MEDFORD, Ore.– Former President George W. Bush and former First Lady Laura Bush were honored with Liberty Medals at the 2018 Liberty Medal Ceremony this past Sunday in Philadelphia.
But a Medford woman’s actions at the event made headlines after she denounced the former president and gave back a medal she received for her family’s service in the Iraq war.
Stacy Bannerman, the author of Homefront 911 and When the War Came Home, has advocated for veteran families and highlighted the personal struggles they face. She also created the Heart2Heart Tour, a group made up of veterans and their families speaking out about “love, war, and enough folded flags.”
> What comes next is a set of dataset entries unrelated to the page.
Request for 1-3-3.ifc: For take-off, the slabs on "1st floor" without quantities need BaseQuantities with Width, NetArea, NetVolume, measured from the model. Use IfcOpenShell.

First a look at what the model holds.

```python
import ifcopenshell
import ifcopenshell.util.element
import ifcopenshell.util.unit

model = ifcopenshell.open("1-3-3.ifc")
print(model.schema)
for unit_type in ("LENGTHUNIT", "AREAUNIT", "VOLUMEUNIT"):
    print(unit_type, ifcopenshell.util.unit.calculate_unit_scale(model, unit_type))
storey = next(s for s in model.by_type("IfcBuildingStorey") if s.Name == "1st floor")
slabs = [e for e in ifcopenshell.util.element.get_decomposition(storey) if e.is_a("IfcSlab")]
for e in sorted(slabs, key=lambda e: e.id()):
    print(e.id(), e.is_a(), e.Name, list(ifcopenshell.util.element.get_psets(e, qtos_only=True)), sep=" | ")
```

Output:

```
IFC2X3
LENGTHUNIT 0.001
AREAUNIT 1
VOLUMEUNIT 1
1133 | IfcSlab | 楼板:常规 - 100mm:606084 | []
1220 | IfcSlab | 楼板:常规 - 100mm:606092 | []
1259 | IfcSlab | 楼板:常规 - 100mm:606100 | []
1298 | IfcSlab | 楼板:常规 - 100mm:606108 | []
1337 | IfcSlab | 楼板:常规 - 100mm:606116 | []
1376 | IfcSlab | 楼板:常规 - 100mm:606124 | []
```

```python
import ifcopenshell
import ifcopenshell.api.pset
import ifcopenshell.geom
import ifcopenshell.util.element
import ifcopenshell.util.shape
import ifcopenshell.util.unit

model = ifcopenshell.open("1-3-3.ifc")
unit_scale = ifcopenshell.util.unit.calculate_unit_scale(model)
area_scale = ifcopenshell.util.unit.calculate_unit_scale(model, "AREAUNIT")
volume_scale = ifcopenshell.util.unit.calculate_unit_scale(model, "VOLUMEUNIT")
settings = ifcopenshell.geom.settings()

storey = next(s for s in model.by_type("IfcBuildingStorey") if s.Name == "1st floor")
slabs = [e for e in ifcopenshell.util.element.get_decomposition(storey) if e.is_a("IfcSlab")]

for e in sorted(slabs, key=lambda e: e.id()):
    if ifcopenshell.util.element.get_psets(e, qtos_only=True, should_inherit=False):
        continue
    # Geometry comes back in metres, in the element's own axes.
    shape = ifcopenshell.geom.create_shape(settings, e)
    values = {
        "Width": ifcopenshell.util.shape.get_z(shape.geometry) / unit_scale,
        "NetArea": ifcopenshell.util.shape.get_footprint_area(shape.geometry) / area_scale,
        "NetVolume": ifcopenshell.util.shape.get_volume(shape.geometry) / volume_scale,
    }
    qto = ifcopenshell.api.pset.add_qto(model, product=e, name="BaseQuantities")
    ifcopenshell.api.pset.edit_qto(model, qto=qto, properties=values)
    print(e.id(), {k: round(v, 3) for k, v in values.items()})

model.write("1-3-3_v2.ifc")
```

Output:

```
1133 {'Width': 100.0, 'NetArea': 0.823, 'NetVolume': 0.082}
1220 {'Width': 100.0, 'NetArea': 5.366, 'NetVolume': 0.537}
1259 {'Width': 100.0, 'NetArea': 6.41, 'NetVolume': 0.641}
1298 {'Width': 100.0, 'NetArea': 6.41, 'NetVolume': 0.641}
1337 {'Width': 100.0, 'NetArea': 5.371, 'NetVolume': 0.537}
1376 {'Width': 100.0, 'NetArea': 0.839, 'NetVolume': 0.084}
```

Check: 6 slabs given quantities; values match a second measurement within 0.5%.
The group traveled across the country last week and ended in Philadelphia where Bannerman interrupted the ceremony to give back her Operation Iraqi Freedom Medal she received when her now ex-husband was in the war.
“Part of the reason we went on that tour was to speak from the heart of the American homefront about what these endless wars are costing,” she said.
As the former president was receiving the Liberty Medal, a medal given to those who work to secure liberty across the globe, the scene cut deep for Bannerman.
“I’ll be very frank with you. It was excruciating to be sitting in that audience just 24 rows from that stage,” she said. “Close enough to see the shine on his face, as he was laughing and smirking.”
Stacy’s ex-husband Lorin was a National Guard soldier that fought in Iraq for 12 months. She received the Freedom Medal because of his service in the Iraq War but on Sunday she decided it was time to give it back.
“He heard me say, ‘President Bush, your war based on lies cost millions of lives, it destroyed millions of lives – including my own,” said Bannerman, recounting what she stated to the former president.
She ended up dropping her medal on the floor at the ceremony before being escorted out. A signal of the life and the husband she has now left behind.
According to Bannerman when Lorin came back from the war he suffered from PTSD and a traumatic brain injury and in order to dull the pain began to self-medicate with crystal meth.
When he came home, she says he was a stranger.
“I had to run for my life, literally I had to run for my life,” she said. “He had strangled me nearly to death upon one occasion.”
While they’ve been separated for some time she admits that she still loves him.
“He was my first and only husband. He was the love of my life and on some level, he always will be but it was not safe for me to continue,” said Bannerman.
But she says like so many other veteran families the decisions made by those in office destroyed her life and many others. She hopes her books can help more people understand what families of veterans face and the casualties found at home as well.
“See this doesn’t go away,” she said holding back the tears. “And I want people to understand that.”